IV. Some writers say that he revolted because his revenues did not suffice for his daily expenses; but this is absurd, since, if he could have obtained it from no other source, his mother was always ready to supply him, and used to give as much as he wanted from her own income. His wealth also is proved by the large mercenary force which, we learn from Xenophon, was enlisted by his friends and guests in many different places: for he never collected it together, as he wished to conceal his preparations, but he kept many persons in different places who recruited soldiers for him on various pretexts. His mother, who was present at court, lulled the king's suspicions, and Cyrus himself constantly wrote to him in dutiful terms, asking him to grant certain matters, and bringing accusations against Tissaphernes, as though it was Tissaphernes of whom he were jealous and with whom he had a quarrel.
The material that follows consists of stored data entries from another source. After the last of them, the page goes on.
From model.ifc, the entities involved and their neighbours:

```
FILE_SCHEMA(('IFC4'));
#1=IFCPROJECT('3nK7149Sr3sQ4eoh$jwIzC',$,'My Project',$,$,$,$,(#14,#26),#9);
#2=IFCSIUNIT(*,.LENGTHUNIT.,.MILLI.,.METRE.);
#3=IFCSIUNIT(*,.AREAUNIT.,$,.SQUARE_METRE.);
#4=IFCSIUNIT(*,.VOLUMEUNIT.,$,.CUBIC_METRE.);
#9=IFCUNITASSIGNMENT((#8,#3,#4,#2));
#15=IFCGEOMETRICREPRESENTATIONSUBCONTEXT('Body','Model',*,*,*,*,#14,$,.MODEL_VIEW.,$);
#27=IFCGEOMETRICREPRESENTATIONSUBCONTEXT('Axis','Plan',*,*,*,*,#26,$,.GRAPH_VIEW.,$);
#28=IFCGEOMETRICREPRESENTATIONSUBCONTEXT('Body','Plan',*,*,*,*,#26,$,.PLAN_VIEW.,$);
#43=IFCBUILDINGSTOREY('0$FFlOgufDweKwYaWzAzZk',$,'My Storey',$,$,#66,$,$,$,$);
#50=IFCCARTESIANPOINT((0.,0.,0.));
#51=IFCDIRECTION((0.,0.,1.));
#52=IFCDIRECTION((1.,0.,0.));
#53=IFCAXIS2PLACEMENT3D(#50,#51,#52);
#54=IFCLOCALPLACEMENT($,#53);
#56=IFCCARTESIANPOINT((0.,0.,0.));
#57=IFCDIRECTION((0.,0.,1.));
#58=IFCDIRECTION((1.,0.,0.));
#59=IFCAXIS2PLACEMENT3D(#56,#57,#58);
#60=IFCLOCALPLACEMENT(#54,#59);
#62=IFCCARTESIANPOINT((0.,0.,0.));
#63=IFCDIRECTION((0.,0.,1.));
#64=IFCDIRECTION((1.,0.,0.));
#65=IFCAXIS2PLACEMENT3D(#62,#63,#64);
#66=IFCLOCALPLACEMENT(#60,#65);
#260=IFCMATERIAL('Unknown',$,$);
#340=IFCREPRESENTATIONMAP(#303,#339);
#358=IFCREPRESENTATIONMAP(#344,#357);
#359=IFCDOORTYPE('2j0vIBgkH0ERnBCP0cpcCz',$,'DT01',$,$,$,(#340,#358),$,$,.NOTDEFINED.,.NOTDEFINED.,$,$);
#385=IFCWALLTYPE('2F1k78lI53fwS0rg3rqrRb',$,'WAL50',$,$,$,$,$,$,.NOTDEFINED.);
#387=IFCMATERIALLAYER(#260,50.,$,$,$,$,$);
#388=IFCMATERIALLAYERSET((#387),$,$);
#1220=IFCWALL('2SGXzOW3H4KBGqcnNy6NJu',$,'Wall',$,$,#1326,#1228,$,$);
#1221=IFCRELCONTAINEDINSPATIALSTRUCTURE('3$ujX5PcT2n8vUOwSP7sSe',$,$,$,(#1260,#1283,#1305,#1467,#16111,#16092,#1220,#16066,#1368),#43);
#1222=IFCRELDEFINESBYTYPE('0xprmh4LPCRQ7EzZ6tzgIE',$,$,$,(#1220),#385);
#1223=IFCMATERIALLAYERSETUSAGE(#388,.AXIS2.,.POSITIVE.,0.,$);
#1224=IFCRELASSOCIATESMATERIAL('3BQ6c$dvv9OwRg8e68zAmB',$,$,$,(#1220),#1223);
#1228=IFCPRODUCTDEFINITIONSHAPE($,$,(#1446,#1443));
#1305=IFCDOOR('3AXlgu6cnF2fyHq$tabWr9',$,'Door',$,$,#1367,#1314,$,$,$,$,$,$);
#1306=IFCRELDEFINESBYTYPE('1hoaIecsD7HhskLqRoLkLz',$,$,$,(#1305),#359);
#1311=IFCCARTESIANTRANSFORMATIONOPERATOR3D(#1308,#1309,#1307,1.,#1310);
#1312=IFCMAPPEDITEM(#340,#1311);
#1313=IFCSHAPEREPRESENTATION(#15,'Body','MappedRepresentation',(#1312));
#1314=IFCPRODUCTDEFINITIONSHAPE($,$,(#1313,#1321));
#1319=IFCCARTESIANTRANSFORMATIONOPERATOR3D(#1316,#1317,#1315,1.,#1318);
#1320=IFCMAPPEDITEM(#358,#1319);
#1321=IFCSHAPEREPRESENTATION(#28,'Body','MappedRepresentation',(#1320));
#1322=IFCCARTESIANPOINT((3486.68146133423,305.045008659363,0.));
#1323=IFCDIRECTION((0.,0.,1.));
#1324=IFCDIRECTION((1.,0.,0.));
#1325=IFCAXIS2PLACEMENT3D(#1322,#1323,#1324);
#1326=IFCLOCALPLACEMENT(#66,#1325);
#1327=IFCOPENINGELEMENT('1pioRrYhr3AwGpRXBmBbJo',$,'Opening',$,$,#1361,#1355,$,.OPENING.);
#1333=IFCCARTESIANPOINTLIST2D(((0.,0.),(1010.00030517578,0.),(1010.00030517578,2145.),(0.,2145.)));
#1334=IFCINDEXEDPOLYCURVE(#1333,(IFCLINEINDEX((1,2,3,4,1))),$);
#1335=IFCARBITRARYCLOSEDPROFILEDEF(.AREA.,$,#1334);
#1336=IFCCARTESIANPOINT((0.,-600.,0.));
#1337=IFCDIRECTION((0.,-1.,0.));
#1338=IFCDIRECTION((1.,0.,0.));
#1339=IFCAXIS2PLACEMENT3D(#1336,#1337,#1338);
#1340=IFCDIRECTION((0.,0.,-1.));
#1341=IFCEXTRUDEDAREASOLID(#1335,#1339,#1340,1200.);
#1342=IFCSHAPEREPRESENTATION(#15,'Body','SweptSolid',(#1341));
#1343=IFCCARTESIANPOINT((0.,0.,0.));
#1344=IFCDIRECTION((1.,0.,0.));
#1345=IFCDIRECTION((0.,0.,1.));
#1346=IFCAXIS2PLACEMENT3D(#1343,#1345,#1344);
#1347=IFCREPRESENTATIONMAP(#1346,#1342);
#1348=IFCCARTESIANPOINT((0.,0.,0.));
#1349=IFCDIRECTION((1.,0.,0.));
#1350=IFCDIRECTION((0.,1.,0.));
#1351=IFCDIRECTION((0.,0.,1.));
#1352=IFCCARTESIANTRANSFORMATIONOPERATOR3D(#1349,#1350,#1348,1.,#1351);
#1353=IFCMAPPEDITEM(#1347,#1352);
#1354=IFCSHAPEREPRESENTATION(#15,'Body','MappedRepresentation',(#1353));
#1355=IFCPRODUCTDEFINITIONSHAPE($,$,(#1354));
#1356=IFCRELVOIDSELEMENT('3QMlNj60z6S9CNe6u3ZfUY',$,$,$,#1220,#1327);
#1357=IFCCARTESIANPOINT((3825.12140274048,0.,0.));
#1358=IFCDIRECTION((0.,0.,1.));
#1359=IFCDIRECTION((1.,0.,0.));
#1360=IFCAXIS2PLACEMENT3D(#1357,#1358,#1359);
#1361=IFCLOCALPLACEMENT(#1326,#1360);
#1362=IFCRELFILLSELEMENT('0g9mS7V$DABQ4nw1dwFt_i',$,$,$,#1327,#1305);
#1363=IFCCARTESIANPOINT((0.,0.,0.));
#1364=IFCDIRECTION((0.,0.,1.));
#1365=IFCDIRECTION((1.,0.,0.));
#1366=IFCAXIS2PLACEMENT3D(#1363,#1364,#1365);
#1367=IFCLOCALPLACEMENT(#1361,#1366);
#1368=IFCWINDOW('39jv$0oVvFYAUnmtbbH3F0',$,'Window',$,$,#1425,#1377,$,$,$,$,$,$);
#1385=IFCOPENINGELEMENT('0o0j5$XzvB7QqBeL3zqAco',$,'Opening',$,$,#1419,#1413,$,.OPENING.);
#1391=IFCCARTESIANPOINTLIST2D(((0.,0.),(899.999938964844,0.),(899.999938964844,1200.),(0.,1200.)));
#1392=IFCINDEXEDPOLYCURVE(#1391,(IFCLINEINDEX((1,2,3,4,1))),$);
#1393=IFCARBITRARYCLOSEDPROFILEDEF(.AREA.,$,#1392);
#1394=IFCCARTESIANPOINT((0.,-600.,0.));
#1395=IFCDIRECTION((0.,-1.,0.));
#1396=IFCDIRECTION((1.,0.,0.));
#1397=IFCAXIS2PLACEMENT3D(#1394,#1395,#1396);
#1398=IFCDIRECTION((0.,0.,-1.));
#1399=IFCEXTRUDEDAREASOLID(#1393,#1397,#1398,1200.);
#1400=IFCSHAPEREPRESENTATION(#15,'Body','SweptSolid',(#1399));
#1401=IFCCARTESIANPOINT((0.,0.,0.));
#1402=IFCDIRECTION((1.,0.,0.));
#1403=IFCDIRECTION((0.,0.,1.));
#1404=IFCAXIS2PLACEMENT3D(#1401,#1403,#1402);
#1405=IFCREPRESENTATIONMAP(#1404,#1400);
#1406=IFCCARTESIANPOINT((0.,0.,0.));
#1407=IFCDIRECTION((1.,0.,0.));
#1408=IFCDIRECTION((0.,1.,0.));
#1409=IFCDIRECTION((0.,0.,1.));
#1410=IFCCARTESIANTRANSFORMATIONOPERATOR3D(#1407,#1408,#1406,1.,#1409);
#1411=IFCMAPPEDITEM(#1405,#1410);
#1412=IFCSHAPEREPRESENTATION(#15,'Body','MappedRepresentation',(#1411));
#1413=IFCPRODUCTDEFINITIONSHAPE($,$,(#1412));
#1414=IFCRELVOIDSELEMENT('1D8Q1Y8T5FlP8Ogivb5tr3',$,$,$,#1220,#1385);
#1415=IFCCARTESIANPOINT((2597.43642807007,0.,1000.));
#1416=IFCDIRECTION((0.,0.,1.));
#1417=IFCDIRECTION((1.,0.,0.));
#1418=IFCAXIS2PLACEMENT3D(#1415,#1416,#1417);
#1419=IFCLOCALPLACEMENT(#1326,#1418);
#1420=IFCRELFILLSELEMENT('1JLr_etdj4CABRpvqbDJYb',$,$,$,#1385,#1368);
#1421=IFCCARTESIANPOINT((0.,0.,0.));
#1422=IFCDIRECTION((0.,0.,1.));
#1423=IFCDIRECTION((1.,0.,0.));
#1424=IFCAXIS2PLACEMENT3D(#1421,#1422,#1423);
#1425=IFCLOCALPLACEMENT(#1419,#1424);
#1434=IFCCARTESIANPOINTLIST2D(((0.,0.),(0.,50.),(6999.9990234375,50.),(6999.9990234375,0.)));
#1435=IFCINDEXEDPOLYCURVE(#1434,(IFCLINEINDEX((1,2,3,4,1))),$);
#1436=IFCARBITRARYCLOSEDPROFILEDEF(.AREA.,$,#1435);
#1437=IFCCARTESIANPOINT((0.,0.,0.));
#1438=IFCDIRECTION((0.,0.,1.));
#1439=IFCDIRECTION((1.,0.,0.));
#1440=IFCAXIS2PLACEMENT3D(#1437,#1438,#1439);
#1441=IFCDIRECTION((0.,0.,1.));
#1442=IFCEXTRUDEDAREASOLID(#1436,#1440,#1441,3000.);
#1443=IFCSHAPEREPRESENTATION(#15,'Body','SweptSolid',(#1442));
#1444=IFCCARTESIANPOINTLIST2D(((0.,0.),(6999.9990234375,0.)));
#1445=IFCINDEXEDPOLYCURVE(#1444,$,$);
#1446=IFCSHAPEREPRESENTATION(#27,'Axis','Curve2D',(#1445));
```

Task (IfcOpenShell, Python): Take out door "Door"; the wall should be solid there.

```python
import ifcopenshell
import ifcopenshell.api.feature
import ifcopenshell.api.root
import ifcopenshell.geom
import ifcopenshell.util.shape

model = ifcopenshell.open("model.ifc")
settings = ifcopenshell.geom.settings()


def volume(element):
    """Net volume in cubic metres, openings subtracted."""
    shape = ifcopenshell.geom.create_shape(settings, element)
    return ifcopenshell.util.shape.get_volume(shape.geometry)


door = model.by_guid("3AXlgu6cnF2fyHq$tabWr9")
opening = door.FillsVoids[0].RelatingOpeningElement
wall = opening.VoidsElements[0].RelatingBuildingElement
before = volume(wall)

ifcopenshell.api.root.remove_product(model, product=door)
ifcopenshell.api.feature.remove_feature(model, feature=opening)

after = volume(wall)

print(f"wall volume {before:.3f} -> {after:.3f} m3")

model.write("model_edited.ifc")
```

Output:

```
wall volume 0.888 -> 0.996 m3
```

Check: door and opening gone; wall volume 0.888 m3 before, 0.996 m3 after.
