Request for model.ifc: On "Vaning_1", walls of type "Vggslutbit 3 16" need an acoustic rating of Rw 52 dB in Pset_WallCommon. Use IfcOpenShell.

First a look at what the model holds.

```python
import ifcopenshell
import ifcopenshell.util.element

model = ifcopenshell.open("model.ifc")
print(model.schema)
storey = next(s for s in model.by_type("IfcBuildingStorey") if s.Name == "Vaning_1")
walls = [e for e in ifcopenshell.util.element.get_decomposition(storey) if e.is_a("IfcWall")]
seen = {}
for e in walls:
    element_type = ifcopenshell.util.element.get_type(e)
    key = (element_type.Name if element_type != e and element_type else None, ifcopenshell.util.element.get_pset(e, "Pset_WallCommon", "AcousticRating"))
    seen[key] = seen.get(key, 0) + 1
for (name, value), count in sorted(seen.items(), key=str):
    print(count, "x", name, "|", value)
```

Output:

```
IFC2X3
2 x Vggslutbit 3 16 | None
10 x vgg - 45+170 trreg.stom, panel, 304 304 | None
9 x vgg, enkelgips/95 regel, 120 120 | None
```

```python
import ifcopenshell
import ifcopenshell.api.pset
import ifcopenshell.util.element

model = ifcopenshell.open("model.ifc")

storey = next(s for s in model.by_type("IfcBuildingStorey") if s.Name == "Vaning_1")
walls = [e for e in ifcopenshell.util.element.get_decomposition(storey) if e.is_a("IfcWall")]

count = 0
for e in walls:
    element_type = ifcopenshell.util.element.get_type(e)
    if element_type in (None, e) or element_type.Name != 'V\x8aggslutbit 3 16':
        continue
    # add_pset returns the element's existing set when there is one.
    pset = ifcopenshell.api.pset.add_pset(model, product=e, name="Pset_WallCommon")
    ifcopenshell.api.pset.edit_pset(model, pset=pset, properties={"AcousticRating": "Rw 52 dB"})
    count += 1

print(count, "walls updated")

model.write("model_updated.ifc")
```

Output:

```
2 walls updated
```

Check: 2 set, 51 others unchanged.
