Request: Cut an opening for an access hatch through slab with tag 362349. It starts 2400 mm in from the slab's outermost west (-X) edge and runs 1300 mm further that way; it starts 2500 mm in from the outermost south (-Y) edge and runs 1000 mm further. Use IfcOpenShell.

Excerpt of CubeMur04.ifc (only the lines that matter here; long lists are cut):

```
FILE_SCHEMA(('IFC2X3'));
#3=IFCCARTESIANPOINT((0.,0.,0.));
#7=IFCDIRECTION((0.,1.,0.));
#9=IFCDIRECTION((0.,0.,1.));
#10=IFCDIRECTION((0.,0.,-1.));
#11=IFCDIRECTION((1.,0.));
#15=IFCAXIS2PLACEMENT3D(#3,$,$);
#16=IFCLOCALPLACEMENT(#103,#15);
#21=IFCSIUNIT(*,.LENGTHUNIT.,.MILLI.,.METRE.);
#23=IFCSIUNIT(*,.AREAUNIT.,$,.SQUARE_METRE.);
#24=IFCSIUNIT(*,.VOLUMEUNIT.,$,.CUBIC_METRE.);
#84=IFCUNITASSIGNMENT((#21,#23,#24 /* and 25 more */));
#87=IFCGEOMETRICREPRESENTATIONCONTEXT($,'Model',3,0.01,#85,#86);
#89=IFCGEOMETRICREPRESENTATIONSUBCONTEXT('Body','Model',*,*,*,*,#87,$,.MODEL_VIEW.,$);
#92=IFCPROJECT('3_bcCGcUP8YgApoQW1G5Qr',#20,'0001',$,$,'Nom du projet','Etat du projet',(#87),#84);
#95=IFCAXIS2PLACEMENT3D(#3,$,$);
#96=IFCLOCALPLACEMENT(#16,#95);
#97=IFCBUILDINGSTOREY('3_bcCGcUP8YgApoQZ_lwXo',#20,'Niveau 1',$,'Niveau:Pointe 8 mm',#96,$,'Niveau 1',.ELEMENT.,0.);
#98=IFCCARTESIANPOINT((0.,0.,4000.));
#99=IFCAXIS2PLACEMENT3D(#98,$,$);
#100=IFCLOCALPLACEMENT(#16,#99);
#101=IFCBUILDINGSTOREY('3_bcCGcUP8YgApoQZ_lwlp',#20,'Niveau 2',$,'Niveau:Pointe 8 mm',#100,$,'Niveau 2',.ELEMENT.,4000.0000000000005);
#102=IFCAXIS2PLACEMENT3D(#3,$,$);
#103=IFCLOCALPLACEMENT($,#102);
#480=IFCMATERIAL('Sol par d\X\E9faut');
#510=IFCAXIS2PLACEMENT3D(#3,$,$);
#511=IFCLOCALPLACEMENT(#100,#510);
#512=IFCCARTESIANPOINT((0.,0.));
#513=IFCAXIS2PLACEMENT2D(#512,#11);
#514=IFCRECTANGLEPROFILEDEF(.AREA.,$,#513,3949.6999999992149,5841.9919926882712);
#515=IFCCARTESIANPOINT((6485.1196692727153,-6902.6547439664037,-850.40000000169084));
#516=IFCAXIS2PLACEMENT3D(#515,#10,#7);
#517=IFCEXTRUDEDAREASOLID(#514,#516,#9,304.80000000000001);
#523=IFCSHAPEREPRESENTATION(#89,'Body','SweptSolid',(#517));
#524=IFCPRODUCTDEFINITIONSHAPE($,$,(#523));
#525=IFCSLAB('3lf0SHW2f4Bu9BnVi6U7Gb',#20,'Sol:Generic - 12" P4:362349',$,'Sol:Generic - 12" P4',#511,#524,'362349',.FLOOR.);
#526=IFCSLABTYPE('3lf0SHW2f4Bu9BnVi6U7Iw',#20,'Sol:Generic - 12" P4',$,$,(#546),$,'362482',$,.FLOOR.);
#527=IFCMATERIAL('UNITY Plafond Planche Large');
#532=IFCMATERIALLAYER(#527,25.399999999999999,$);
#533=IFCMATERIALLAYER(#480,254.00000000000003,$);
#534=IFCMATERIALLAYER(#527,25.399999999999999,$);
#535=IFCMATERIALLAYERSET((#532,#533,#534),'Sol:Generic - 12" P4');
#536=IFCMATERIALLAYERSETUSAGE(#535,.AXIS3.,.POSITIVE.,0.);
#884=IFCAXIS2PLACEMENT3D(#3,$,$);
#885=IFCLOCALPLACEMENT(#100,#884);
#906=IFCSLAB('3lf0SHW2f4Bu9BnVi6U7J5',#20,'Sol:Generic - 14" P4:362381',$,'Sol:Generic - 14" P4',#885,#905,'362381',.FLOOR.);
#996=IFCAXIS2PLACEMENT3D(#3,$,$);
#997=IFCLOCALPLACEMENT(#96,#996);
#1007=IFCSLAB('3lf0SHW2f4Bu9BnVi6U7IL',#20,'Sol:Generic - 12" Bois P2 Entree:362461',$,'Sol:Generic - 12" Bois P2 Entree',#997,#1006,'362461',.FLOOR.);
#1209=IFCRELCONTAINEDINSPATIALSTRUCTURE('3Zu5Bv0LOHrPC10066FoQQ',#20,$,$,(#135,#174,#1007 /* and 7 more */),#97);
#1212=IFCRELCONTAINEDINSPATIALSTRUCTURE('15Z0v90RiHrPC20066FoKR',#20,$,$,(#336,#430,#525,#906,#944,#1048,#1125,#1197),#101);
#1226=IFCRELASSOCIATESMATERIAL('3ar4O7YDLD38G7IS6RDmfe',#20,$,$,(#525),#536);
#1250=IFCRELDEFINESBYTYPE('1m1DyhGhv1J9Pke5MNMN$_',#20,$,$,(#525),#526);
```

```python
import numpy as np
import ifcopenshell
import ifcopenshell.api.feature
import ifcopenshell.api.geometry
import ifcopenshell.api.root
import ifcopenshell.geom
import ifcopenshell.util.placement
import ifcopenshell.util.representation
import ifcopenshell.util.shape
import ifcopenshell.util.unit

model = ifcopenshell.open("CubeMur04.ifc")
unit_scale = ifcopenshell.util.unit.calculate_unit_scale(model)
settings = ifcopenshell.geom.settings()


def volume(element):
    """Net volume in cubic metres, openings subtracted."""
    shape = ifcopenshell.geom.create_shape(settings, element)
    return ifcopenshell.util.shape.get_volume(shape.geometry)


slab = model.by_guid("3lf0SHW2f4Bu9BnVi6U7Gb")
before = volume(slab)

# Extent in the slab's own axes, in metres. The edges named are its -X and -Y sides.
slab_shape = ifcopenshell.geom.create_shape(settings, slab)
vertices = ifcopenshell.util.shape.get_vertices(slab_shape.geometry)
x_min, y_min, bottom = vertices.min(axis=0)
top = vertices[:, 2].max()

opening = ifcopenshell.api.root.create_entity(model, ifc_class="IfcOpeningElement", name="Access hatch opening")
context = ifcopenshell.util.representation.get_context(model, "Model", "Body", "MODEL_VIEW")
width, depth = 1.3, 1
outline = [(0.0, 0.0), (width, 0.0), (width, depth), (0.0, depth), (0.0, 0.0)]
# Overshoot both faces by 50 mm so the cut is clean.
shape = ifcopenshell.api.geometry.add_slab_representation(
    model, context=context, depth=top - bottom + 0.1, polyline=outline
)
ifcopenshell.api.geometry.assign_representation(model, product=opening, representation=shape)

matrix = ifcopenshell.util.placement.get_local_placement(slab.ObjectPlacement)
matrix[:, 3] = matrix @ np.append(np.array([x_min + 2.4, y_min + 2.5, bottom - 0.05]) / unit_scale, 1.0)
ifcopenshell.api.geometry.edit_object_placement(model, product=opening, matrix=matrix, is_si=False)
ifcopenshell.api.feature.add_feature(model, feature=opening, element=slab)

after = volume(slab)

print(f"slab volume {before:.3f} -> {after:.3f} m3")

model.write("CubeMur04-out.ifc")
```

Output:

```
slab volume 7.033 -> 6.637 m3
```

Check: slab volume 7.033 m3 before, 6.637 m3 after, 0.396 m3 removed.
There was also a certain slowness in the disposition of the king, which was mistaken by the people for good nature. At the beginning of his reign, he seemed inclined to rival the gentleness of his namesake, as he made himself pleasant to all whom he met, distributed honours and favours even beyond men's deserts, took no delight in insulting and torturing evil-doers, and showed himself as affable and courteous to those from whom he received favours as he was to those upon whom he bestowed them. No present was so trifling that he did not receive it gladly, but even when a man named Onisus brought him a pomegranate of unusual size, he said, "By Mithras, if this man were given the charge of a small city he would soon make it great!"

V. When during one of his journeys all men were bringing him presents, a labouring man, not finding anything else to give, ran to the river, took up some of the water in his two hands and offered it to him. Artaxerxes was pleased with the man, and sent him a gold drinking-cup and a thousand darics. When Eukleidas the Lacedæmonian had spoken his mind very freely to him, he bade his general say to him, "You may say what you please, but I may both say and do what I please." Once when they were hunting, Teribazus pointed out to him that his coat was torn. Artaxerxes asked what was to be done, to which Teribazus answered, "Put on another coat, and give this one to me." He replied, "I will give it to you, Teribazus, but I forbid you to wear it." Teribazus, however, who was a loyal subject, but careless and flighty, immediately put on the coat, and ornamented himself with women's necklaces belonging to the king, so that all men were disgusted with him, for it was not lawful to do so. The king, however, laughed, and said, "I allow you to wear the jewelry as a woman, and the coat as a fool." Though no one eats at the same table with the king of Persia except his mother, who sits above him, or his wedded wife, who sits below him, Artaxerxes invited his younger brothers also, Ostanes and Oxathres, to sit at the same table. One of the sights which especially delighted the Persians was the carriage in which Statira, the wife of Artaxerxes, drove, with the curtains drawn back, for the queen allowed the people to greet her and approach her, and was much beloved by them in consequence.